If you connect with someone on an emotional level then that can't be bad can it? I'm way more open about my feelings online than I am off, but thats mostly because Im rubbish at talking about feelings and stuff. Its way more easier for me to type that im upset than say it......so I can see why people do it.....But I don't really know if I could ever embark on an online RS, i'm abit wary of it myself. I don't think i'd ever completely rule it out but if I knew I was never gunna meet the person then I wouldn't want to get involved, I need physical contact too much

I really don't know if that makes sense to anyone lol but i think it does xD
 
I'm more open about my feelings online as well, but still... Not everyone is like that. Some people can lie their way into you liking them. Which is one of the reasons I steer clear of actual relationships online. I'll be honest and speak my mind, but that doesn't mean I'm going to take everyone seriously when they get emotional on me.
 
If you connect with someone on an emotional level then that can't be bad can it?
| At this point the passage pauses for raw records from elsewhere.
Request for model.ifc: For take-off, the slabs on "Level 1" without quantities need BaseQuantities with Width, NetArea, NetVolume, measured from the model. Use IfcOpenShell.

First a look at what the model holds.

```python
import ifcopenshell
import ifcopenshell.util.element
import ifcopenshell.util.unit

model = ifcopenshell.open("model.ifc")
print(model.schema)
for unit_type in ("LENGTHUNIT", "AREAUNIT", "VOLUMEUNIT"):
    print(unit_type, ifcopenshell.util.unit.calculate_unit_scale(model, unit_type))
storey = next(s for s in model.by_type("IfcBuildingStorey") if s.Name == "Level 1")
slabs = [e for e in ifcopenshell.util.element.get_decomposition(storey) if e.is_a("IfcSlab")]
for e in sorted(slabs, key=lambda e: e.id()):
    print(e.id(), e.is_a(), e.Name, list(ifcopenshell.util.element.get_psets(e, qtos_only=True)), sep=" | ")
```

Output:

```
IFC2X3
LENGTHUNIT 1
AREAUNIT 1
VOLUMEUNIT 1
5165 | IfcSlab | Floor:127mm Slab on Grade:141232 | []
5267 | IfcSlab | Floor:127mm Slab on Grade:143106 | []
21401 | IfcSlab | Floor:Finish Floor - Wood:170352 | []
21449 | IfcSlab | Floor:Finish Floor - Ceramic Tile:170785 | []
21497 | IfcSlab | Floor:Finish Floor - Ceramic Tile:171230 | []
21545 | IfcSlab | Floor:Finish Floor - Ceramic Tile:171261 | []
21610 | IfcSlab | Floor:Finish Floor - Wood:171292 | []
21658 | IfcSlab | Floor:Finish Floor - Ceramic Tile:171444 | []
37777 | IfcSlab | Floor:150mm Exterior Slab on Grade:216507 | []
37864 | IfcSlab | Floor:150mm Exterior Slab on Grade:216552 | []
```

```python
import ifcopenshell
import ifcopenshell.api.pset
import ifcopenshell.geom
import ifcopenshell.util.element
import ifcopenshell.util.shape
import ifcopenshell.util.unit

model = ifcopenshell.open("model.ifc")
unit_scale = ifcopenshell.util.unit.calculate_unit_scale(model)
area_scale = ifcopenshell.util.unit.calculate_unit_scale(model, "AREAUNIT")
volume_scale = ifcopenshell.util.unit.calculate_unit_scale(model, "VOLUMEUNIT")
settings = ifcopenshell.geom.settings()

storey = next(s for s in model.by_type("IfcBuildingStorey") if s.Name == "Level 1")
slabs = [e for e in ifcopenshell.util.element.get_decomposition(storey) if e.is_a("IfcSlab")]

for e in sorted(slabs, key=lambda e: e.id()):
    if ifcopenshell.util.element.get_psets(e, qtos_only=True, should_inherit=False):
        continue
    # Geometry comes back in metres, in the element's own axes.
    shape = ifcopenshell.geom.create_shape(settings, e)
    values = {
        "Width": ifcopenshell.util.shape.get_z(shape.geometry) / unit_scale,
        "NetArea": ifcopenshell.util.shape.get_footprint_area(shape.geometry) / area_scale,
        "NetVolume": ifcopenshell.util.shape.get_volume(shape.geometry) / volume_scale,
    }
    qto = ifcopenshell.api.pset.add_qto(model, product=e, name="BaseQuantities")
    ifcopenshell.api.pset.edit_qto(model, qto=qto, properties=values)
    print(e.id(), {k: round(v, 3) for k, v in values.items()})

model.write("model-out.ifc")
```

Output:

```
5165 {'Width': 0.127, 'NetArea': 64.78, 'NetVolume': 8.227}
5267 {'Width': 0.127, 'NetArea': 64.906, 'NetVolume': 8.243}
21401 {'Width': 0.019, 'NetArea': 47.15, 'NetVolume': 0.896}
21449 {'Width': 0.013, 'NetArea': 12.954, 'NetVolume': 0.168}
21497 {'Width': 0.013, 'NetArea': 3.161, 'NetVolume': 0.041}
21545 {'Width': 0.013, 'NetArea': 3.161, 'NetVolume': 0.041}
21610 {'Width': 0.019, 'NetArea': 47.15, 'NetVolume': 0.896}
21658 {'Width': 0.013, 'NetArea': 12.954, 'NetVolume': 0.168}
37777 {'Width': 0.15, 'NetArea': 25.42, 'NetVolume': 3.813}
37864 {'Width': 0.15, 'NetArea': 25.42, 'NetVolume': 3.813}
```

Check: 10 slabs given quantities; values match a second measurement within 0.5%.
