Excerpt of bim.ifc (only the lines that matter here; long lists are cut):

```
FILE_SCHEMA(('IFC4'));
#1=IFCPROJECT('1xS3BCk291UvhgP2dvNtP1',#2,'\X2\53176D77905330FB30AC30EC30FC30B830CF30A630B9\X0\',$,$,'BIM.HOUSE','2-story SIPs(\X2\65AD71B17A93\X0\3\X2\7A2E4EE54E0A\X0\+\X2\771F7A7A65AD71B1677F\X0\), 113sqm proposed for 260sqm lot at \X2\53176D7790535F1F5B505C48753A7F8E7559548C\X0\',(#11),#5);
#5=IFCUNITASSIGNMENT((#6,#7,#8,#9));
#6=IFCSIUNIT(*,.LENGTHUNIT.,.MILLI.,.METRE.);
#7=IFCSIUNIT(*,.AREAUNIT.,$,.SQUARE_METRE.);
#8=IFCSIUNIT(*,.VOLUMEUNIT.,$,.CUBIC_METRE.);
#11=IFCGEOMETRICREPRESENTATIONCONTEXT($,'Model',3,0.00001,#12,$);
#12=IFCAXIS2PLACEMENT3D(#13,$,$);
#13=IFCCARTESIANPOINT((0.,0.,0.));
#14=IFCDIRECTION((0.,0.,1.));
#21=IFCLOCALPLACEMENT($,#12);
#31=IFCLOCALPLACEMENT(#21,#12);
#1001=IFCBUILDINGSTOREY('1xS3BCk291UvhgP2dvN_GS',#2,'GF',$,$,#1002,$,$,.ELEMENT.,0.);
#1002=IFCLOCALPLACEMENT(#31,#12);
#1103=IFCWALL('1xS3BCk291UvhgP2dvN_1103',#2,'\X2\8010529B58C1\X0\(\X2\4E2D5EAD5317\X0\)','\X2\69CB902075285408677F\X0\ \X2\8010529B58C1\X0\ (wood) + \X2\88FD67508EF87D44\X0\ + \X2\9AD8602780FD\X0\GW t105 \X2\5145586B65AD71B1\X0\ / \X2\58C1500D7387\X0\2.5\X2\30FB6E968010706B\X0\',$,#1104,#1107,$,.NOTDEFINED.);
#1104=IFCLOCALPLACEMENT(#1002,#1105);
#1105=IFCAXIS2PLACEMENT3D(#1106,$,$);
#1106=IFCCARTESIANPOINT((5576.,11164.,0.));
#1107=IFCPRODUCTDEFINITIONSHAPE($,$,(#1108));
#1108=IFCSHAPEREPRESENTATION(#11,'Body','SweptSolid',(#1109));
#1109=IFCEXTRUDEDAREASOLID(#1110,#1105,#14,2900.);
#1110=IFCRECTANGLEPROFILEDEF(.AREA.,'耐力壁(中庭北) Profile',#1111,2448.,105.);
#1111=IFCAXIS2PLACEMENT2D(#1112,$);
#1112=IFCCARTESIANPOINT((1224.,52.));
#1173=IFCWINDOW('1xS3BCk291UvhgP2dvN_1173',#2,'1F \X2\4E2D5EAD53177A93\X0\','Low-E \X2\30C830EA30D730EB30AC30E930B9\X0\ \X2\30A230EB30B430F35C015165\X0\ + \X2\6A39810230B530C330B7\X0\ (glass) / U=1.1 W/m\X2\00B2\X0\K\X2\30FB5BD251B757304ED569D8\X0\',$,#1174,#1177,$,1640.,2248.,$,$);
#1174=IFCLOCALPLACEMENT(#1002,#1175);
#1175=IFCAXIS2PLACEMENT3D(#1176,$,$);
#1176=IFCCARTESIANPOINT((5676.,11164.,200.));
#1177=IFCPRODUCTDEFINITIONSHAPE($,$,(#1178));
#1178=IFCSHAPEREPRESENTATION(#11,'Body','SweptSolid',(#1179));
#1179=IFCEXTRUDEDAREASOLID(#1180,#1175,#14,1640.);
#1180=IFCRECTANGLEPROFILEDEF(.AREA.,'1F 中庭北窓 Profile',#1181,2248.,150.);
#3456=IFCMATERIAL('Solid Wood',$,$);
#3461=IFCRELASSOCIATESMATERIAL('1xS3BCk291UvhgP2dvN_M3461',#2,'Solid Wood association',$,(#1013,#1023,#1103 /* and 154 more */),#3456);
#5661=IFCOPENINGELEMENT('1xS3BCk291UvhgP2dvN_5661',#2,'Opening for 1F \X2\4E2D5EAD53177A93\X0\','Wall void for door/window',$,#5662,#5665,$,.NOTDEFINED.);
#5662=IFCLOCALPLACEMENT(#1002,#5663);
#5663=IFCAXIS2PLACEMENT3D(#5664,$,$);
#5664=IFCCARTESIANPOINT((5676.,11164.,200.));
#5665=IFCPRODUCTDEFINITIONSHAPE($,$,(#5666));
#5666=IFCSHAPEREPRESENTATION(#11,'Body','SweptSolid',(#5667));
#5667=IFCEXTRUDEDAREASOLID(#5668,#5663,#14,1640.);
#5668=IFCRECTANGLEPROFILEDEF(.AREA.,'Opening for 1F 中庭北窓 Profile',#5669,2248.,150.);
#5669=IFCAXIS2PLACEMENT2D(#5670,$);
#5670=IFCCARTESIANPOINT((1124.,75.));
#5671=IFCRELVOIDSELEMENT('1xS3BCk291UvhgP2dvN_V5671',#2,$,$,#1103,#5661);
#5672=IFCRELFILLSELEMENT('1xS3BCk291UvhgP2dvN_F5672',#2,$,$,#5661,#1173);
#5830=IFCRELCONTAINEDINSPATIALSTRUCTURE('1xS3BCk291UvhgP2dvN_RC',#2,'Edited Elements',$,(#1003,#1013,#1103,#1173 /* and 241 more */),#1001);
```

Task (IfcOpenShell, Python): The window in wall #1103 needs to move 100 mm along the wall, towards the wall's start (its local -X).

```python
import ifcopenshell
import ifcopenshell.api.geometry
import ifcopenshell.util.placement
import ifcopenshell.util.unit

model = ifcopenshell.open("bim.ifc")
unit_scale = ifcopenshell.util.unit.calculate_unit_scale(model)

window = model.by_id(1173)
opening = window.FillsVoids[0].RelatingOpeningElement
wall = opening.VoidsElements[0].RelatingBuildingElement

wall_matrix = ifcopenshell.util.placement.get_local_placement(wall.ObjectPlacement)
shift = wall_matrix[:3, 0] * -0.1 / unit_scale
before = ifcopenshell.util.placement.get_local_placement(window.ObjectPlacement)[:3, 3].copy()

# The window is not placed relative to its opening, so move both.
for product in (opening, window):
    matrix = ifcopenshell.util.placement.get_local_placement(product.ObjectPlacement)
    matrix[:3, 3] += shift
    ifcopenshell.api.geometry.edit_object_placement(model, product=product, matrix=matrix, is_si=False)

after = ifcopenshell.util.placement.get_local_placement(window.ObjectPlacement)[:3, 3]
print("window moved by", (after - before).round(3) + 0.0)

model.write("bim_rev.ifc")
```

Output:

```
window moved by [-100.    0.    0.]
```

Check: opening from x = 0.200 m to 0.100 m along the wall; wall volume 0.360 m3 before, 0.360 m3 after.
I'm way more open about my feelings online than I am off, but thats mostly because Im rubbish at talking about feelings and stuff. Its way more easier for me to type that im upset than say it......so I can see why people do it...

I dunno... is it really that it's easier for you to type out your feelings or rather that it's easier for you to do when you're not looking at the other person face-to-face? I think anonymity is crucial to this debate, though it's quite difficult to gauge its possible ramifications.
 
I prefer to talk about serious things with someone face to face.... I think I find it easier too, oddly.
 
Oh, I suck at face to face....id have to know the person i was talking to online for a good while before I talked about personal stuff tho
But in RL i tend to just bottle things up, even my best friend struggles to get things out of me haha. I find it easier to just deal with stuff on my own - less hassle lol. However I do have the tendancy to explode in a humongous temper tantrum now and then xD
 
Oh, I suck at face to face....id have to know the person i was talking to online for a good while before I talked about personal stuff tho
But in RL i tend to just bottle things up, even my best friend struggles to get things out of me haha. I find it easier to just deal with stuff on my own - less hassle lol. However I do have the tendancy to explode in a humongous temper tantrum now and then xD
Iv

To each his own I suppose. But I do think that internet relationships should eventually culminate in physical meetings. I'll buy long-distance relationships, but I'm apprehensive at the thought of a web-cam marriage.